Tristan Kershaw

On the creation of future probabilistic design weather years from UKCP09

Weather data are used extensively by building scientists and engineers to study the performance of their designs, help compare design alternatives and ensure compliance with building regulations. Given a changing climate, there is a need to provide data for future years so that practising engineers can investigate the impact of climate change on particular designs and examine any risk the commissioning client might be exposed to. In addition, such files are of use to building scientists in developing generic solutions to problems such as elevated internal temperatures and poor thermal comfort. With the publication of the UK Climate Projections (UKCP09) such data can be created for future years up to 2080 and for various probabilistic projections of climate change by the use of a weather generator.
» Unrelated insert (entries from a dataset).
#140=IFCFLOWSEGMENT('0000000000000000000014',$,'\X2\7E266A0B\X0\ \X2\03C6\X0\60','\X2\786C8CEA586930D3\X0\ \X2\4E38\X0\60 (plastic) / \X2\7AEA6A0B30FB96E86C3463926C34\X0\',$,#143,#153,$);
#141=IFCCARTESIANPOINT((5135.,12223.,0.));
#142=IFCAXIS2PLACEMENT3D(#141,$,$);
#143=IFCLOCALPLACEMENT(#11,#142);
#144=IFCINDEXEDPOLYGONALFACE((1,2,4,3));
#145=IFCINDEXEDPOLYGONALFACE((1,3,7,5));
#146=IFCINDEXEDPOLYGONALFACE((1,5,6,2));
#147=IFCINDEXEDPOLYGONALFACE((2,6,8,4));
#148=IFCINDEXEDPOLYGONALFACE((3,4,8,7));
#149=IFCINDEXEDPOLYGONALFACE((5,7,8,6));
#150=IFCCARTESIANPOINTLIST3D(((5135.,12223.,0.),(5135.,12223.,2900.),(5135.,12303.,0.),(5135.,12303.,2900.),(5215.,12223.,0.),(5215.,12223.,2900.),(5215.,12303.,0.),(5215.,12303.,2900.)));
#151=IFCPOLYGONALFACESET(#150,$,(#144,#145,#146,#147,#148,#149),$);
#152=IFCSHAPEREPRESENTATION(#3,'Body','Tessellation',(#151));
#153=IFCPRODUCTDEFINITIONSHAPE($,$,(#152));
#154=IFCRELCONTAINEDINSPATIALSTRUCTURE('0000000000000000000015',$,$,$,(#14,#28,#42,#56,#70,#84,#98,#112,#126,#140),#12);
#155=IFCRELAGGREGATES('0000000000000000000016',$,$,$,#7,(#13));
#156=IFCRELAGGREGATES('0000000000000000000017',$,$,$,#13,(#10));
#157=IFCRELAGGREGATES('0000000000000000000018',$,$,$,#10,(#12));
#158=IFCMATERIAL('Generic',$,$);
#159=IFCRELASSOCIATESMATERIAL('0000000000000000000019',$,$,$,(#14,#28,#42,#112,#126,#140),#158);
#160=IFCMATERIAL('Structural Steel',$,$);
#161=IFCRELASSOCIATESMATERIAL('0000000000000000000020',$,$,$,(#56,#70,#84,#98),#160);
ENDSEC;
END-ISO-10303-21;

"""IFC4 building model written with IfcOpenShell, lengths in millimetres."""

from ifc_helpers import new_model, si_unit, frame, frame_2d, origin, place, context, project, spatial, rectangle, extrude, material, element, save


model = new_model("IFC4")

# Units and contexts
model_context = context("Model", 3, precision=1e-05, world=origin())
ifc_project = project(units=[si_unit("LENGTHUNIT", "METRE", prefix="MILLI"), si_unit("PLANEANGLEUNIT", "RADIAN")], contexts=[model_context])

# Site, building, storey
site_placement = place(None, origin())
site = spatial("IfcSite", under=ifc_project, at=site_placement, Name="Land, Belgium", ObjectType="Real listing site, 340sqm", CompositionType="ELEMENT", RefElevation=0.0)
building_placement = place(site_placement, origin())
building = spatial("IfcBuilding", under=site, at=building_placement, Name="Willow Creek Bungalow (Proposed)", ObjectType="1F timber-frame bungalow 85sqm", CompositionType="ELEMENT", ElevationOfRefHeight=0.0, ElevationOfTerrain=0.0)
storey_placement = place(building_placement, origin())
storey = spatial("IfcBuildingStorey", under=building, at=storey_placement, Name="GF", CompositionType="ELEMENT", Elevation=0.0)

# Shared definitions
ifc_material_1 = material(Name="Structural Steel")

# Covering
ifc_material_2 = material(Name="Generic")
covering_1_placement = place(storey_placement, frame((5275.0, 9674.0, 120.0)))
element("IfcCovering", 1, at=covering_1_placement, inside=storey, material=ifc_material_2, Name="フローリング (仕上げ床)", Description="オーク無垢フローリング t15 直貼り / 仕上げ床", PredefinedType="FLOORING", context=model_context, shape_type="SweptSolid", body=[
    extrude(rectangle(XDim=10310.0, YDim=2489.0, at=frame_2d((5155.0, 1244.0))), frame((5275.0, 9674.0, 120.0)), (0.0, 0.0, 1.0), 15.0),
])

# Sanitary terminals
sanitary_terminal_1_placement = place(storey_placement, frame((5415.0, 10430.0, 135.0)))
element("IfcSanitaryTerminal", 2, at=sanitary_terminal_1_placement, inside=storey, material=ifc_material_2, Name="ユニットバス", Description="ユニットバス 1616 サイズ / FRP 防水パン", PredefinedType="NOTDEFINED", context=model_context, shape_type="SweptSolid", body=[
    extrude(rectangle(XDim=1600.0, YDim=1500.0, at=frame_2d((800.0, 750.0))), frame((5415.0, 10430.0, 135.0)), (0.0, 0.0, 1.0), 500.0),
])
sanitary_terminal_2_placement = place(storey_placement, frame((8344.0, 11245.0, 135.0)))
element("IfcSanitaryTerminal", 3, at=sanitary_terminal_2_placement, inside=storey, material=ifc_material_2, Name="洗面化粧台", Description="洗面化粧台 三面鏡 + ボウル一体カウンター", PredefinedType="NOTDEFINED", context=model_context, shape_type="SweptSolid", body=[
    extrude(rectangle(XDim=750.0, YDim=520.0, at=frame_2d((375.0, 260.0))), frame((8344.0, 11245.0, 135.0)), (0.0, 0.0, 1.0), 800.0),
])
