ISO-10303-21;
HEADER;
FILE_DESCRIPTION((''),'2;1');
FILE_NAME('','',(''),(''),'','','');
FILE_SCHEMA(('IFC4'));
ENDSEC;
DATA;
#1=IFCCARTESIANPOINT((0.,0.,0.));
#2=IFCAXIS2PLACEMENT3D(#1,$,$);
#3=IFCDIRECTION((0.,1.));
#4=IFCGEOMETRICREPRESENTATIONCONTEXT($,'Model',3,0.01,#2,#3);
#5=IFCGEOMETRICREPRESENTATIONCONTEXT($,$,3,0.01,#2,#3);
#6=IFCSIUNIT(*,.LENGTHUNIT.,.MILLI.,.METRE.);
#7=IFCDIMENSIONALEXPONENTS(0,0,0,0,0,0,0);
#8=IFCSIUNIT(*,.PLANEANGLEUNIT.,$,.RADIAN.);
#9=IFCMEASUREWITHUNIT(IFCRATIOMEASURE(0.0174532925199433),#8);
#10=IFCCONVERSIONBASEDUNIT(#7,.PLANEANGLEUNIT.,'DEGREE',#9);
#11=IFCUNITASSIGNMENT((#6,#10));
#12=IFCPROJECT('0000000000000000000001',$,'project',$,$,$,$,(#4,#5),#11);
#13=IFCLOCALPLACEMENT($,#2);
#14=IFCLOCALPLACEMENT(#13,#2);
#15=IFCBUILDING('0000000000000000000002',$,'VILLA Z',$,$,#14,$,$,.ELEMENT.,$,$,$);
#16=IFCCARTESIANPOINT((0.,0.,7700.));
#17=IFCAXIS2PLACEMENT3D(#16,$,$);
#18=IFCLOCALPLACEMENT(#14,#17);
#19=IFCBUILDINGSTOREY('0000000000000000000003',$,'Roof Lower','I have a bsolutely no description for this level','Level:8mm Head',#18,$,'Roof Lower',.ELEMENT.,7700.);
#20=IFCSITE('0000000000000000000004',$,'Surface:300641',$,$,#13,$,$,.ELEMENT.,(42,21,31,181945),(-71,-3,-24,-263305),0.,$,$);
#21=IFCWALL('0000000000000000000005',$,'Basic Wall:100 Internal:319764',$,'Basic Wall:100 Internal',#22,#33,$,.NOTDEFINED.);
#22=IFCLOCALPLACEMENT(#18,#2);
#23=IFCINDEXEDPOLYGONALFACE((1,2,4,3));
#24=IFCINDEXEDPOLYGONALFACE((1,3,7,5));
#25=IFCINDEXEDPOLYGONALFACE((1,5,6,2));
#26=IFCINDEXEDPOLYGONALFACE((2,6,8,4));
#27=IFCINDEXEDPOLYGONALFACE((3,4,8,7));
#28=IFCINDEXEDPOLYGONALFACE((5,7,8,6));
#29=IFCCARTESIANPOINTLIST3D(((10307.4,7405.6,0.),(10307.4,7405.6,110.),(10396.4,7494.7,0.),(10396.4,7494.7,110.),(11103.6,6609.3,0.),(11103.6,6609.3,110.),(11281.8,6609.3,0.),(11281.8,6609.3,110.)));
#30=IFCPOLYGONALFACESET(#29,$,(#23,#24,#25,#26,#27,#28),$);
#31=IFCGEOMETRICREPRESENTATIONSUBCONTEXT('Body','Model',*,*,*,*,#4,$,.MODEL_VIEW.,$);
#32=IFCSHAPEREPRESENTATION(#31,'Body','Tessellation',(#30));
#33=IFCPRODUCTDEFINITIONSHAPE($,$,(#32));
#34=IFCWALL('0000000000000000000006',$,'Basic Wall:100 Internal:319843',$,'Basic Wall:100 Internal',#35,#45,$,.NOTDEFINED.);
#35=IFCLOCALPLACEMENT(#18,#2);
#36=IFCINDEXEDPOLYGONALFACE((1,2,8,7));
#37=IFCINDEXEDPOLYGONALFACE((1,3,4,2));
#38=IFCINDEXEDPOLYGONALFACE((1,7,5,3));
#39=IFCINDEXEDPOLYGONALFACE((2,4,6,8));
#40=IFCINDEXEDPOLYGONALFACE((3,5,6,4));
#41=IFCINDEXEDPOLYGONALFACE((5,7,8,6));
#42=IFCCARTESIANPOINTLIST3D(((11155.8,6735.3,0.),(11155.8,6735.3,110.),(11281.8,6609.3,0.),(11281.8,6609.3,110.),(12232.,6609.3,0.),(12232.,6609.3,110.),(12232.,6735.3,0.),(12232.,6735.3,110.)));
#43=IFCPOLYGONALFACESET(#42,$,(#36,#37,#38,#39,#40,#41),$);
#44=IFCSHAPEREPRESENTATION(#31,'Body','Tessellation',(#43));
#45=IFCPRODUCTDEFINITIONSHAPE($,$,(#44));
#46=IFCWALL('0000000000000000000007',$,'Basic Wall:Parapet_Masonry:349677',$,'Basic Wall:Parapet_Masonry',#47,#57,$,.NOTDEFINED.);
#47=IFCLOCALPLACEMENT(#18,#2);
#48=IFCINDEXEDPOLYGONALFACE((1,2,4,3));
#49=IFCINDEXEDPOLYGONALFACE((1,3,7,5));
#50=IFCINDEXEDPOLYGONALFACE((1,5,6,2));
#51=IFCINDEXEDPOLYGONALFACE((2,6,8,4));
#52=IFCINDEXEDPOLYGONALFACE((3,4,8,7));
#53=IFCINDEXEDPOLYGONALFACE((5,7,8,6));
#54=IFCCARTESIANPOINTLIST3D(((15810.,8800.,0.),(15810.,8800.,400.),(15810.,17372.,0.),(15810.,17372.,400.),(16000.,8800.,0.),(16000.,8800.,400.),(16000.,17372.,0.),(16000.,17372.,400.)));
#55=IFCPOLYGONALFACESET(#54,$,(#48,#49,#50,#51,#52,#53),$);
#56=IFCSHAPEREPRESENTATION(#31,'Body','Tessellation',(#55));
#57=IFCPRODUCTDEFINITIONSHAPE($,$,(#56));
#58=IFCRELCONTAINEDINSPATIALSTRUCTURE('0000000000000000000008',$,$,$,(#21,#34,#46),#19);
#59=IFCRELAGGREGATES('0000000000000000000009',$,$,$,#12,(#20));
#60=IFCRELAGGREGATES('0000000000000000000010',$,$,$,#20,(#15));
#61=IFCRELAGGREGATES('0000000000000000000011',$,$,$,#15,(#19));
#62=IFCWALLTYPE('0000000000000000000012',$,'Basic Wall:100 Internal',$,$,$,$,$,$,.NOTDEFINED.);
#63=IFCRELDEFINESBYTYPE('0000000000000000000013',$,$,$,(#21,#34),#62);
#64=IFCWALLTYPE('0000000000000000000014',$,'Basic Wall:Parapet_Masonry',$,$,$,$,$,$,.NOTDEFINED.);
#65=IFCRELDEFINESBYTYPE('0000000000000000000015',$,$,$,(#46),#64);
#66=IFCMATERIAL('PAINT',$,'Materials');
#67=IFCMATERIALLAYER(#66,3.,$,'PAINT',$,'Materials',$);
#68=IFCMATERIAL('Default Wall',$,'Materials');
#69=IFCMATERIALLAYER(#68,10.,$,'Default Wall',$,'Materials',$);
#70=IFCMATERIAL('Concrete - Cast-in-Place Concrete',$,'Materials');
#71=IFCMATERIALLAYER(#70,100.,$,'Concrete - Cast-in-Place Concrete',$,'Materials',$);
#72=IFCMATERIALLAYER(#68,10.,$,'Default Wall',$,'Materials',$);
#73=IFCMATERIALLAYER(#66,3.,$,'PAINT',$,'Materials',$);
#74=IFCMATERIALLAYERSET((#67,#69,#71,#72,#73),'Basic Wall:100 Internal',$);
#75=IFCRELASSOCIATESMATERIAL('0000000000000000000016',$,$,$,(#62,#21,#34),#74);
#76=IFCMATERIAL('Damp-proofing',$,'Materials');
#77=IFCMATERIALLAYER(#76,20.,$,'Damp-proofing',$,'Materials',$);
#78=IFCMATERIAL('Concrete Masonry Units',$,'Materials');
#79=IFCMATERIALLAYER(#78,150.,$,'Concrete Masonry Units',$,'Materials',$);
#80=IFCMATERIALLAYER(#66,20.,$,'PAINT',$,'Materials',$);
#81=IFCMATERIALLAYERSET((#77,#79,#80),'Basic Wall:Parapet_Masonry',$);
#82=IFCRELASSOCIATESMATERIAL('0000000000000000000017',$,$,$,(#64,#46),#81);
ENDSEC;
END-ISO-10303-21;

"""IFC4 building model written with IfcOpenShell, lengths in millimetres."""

from ifc_helpers import new_model, entity, si_unit, converted_unit, direction, frame, frame_2d, origin, place, context, subcontext, project, spatial, polyline, rectangle, outline, extrude, clip, halfspace, bounded_halfspace, material, layer, layer_set, layer_usage, type_object, element, save


model = new_model("IFC4")

# Units and contexts
model_context = context("Model", 3, precision=0.01, world=origin(), true_north=direction((0.0, 1.0)))
context_of_model = context(None, 3, precision=0.01, world=origin(), true_north=direction((0.0, 1.0)))
body_context = subcontext(model_context, "Body", "Model", "MODEL_VIEW")
ifc_project = project(units=[si_unit("LENGTHUNIT", "METRE", prefix="MILLI"), converted_unit("PLANEANGLEUNIT", "DEGREE", entity("IfcRatioMeasure", 0.0174532925199433), si_unit("PLANEANGLEUNIT", "RADIAN"), dimensions=[0, 0, 0, 0, 0, 0, 0])], contexts=[model_context, context_of_model])

# Site, building, storey
site_placement = place(None, origin())
site = spatial("IfcSite", under=ifc_project, at=site_placement, Name="Surface:300641", CompositionType="ELEMENT", RefLatitude=(42, 21, 31, 181945), RefLongitude=(-71, -3, -24, -263305), RefElevation=0.0)
building_placement = place(site_placement, origin())
building = spatial("IfcBuilding", under=site, at=building_placement, Name="VILLA Z", CompositionType="ELEMENT")
storey_placement = place(building_placement, frame((0.0, 0.0, 7700.0)))
storey = spatial("IfcBuildingStorey", under=building, at=storey_placement, Name="Roof Lower", Description="I have a bsolutely no description for this level", ObjectType="Level:8mm Head", LongName="Roof Lower", CompositionType="ELEMENT", Elevation=7700.0)

# Shared definitions
ifc_material_1 = material(Name="Concrete - Cast-in-Place Concrete", Category="Materials")

# Shared definitions
ifc_material_2 = material(Name="Damp-proofing", Category="Materials")

# Walls
ifc_material_3 = material(Name="PAINT", Category="Materials")
ifc_material_4 = material(Name="Default Wall", Category="Materials")
ifc_layer_1 = layer(ifc_material_3, 3.0, Name="PAINT", Category="Materials")
ifc_layer_2 = layer(ifc_material_4, 10.0, Name="Default Wall", Category="Materials")
ifc_layer_3 = layer(ifc_material_1, 100.0, Name="Concrete - Cast-in-Place Concrete", Category="Materials")
ifc_layer_4 = layer(ifc_material_4, 10.0, Name="Default Wall", Category="Materials")
ifc_layer_5 = layer(ifc_material_3, 3.0, Name="PAINT", Category="Materials")
ifc_layer_set_1 = layer_set([ifc_layer_1, ifc_layer_2, ifc_layer_3, ifc_layer_4, ifc_layer_5], Name="Basic Wall:100 Internal")
wall_type_1 = type_object("IfcWallType", Name="Basic Wall:100 Internal", PredefinedType="NOTDEFINED", material=ifc_layer_set_1)
ifc_layer_usage_1 = layer_usage(ifc_layer_set_1, "AXIS2", "NEGATIVE", 63.0)
wall_1_placement = place(storey_placement, frame((10351.9, 7450.1, 0.0), z_axis=(0.0, 0.0, 1.0), x_axis=(0.707107, -0.707107, 0.0)))
element("IfcWall", 1, at=wall_1_placement, inside=storey, type_object=wall_type_1, material=ifc_layer_usage_1, Name="Basic Wall:100 Internal:319764", ObjectType="Basic Wall:100 Internal", PredefinedType="NOTDEFINED", context=body_context, shape_type="Clipping", body=[
    clip(clip(extrude(outline(polyline([(1126.1, -63.0), (1252.1, 63.0), (1073.9, 63.0), (0.0, 63.0), (0.0, -63.0), (1126.1, -63.0)])), origin(), (0.0, 0.0, 1.0), 110.0), bounded_halfspace(frame((0.0, -63.0, 110.0), z_axis=(0.0, 0.0, -1.0), x_axis=(0.707107, 0.707107, 0.0)), True, frame((0.0, -63.0, 110.0)), polyline([(0.0, 0.0), (1126.1, 0.0), (1252.1, 126.0), (1073.9, 126.0), (0.0, 126.0), (0.0, 0.0)]))), halfspace(frame((0.0, 0.0, -3500.0)), True)),
])
ifc_layer_usage_2 = layer_usage(ifc_layer_set_1, "AXIS2", "NEGATIVE", 63.0)
wall_2_placement = place(storey_placement, frame((11155.8, 6672.3, 0.0)))
element("IfcWall", 2, at=wall_2_placement, inside=storey, type_object=wall_type_1, material=ifc_layer_usage_2, Name="Basic Wall:100 Internal:319843", ObjectType="Basic Wall:100 Internal", PredefinedType="NOTDEFINED", context=body_context, shape_type="Clipping", body=[
    clip(clip(extrude(outline(polyline([(126.0, -63.0), (1076.2, -63.0), (1076.2, 63.0), (0.0, 63.0), (126.0, -63.0)])), origin(), (0.0, 0.0, 1.0), 110.0), bounded_halfspace(frame((126.0, -63.0, 110.0), z_axis=(0.0, 0.0, -1.0), x_axis=(1.0, 0.0, 0.0)), True, frame((126.0, -63.0, 110.0)), polyline([(0.0, 0.0), (950.2, 0.0), (950.2, 126.0), (-126.0, 126.0), (0.0, 0.0)]))), halfspace(frame((0.0, 0.0, -3500.0)), True)),
])
ifc_layer_6 = layer(ifc_material_2, 20.0, Name="Damp-proofing", Category="Materials")
ifc_material_5 = material(Name="Concrete Masonry Units", Category="Materials")
ifc_layer_7 = layer(ifc_material_5, 150.0, Name="Concrete Masonry Units", Category="Materials")
ifc_layer_8 = layer(ifc_material_3, 20.0, Name="PAINT", Category="Materials")
ifc_layer_set_2 = layer_set([ifc_layer_6, ifc_layer_7, ifc_layer_8], Name="Basic Wall:Parapet_Masonry")
ifc_layer_usage_3 = layer_usage(ifc_layer_set_2, "AXIS2", "NEGATIVE", 95.0)
wall_type_2 = type_object("IfcWallType", Name="Basic Wall:Parapet_Masonry", PredefinedType="NOTDEFINED", material=ifc_layer_set_2)
wall_3_placement = place(storey_placement, frame((15905.0, 8800.0, 0.0), z_axis=(0.0, 0.0, 1.0), x_axis=(0.0, 1.0, 0.0)))
element("IfcWall", 3, at=wall_3_placement, inside=storey, type_object=wall_type_2, material=ifc_layer_usage_3, Name="Basic Wall:Parapet_Masonry:349677", ObjectType="Basic Wall:Parapet_Masonry", PredefinedType="NOTDEFINED", context=body_context, shape_type="Clipping", body=[
    clip(extrude(rectangle(XDim=8572.0, YDim=190.0, at=frame_2d((4286.0, 0.0), x_axis=(-1.0, 0.0))), origin(), (0.0, 0.0, 1.0), 400.0), halfspace(origin(), True)),
])

save(model, "model.ifc")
Here, we discuss a method for the creation of future probabilistic reference years for use within thermal models. In addition, a comparison is made with the current set of future weather years based on the UKCIP02 projections. When used within a dynamic thermal simulation of a building, the internal environments created by the current set of future weather files lie within the range of the internal environments created by the probabilistic reference years generated by the weather generator. Hence, the main advantages of the weather generator are seen to lie in its potentially greater spatial resolution, its ability to inform risk analysis and that such files, unlike ones based on observed data, carry no copyright. Practical applications: The methodology presented in this article will allow academics and buildings engineers to create realistic hourly future weather files using the future climate data of UKCP09 weather generator. This will allow the creation of consistent future weather years for use in areas such as building thermal simulation.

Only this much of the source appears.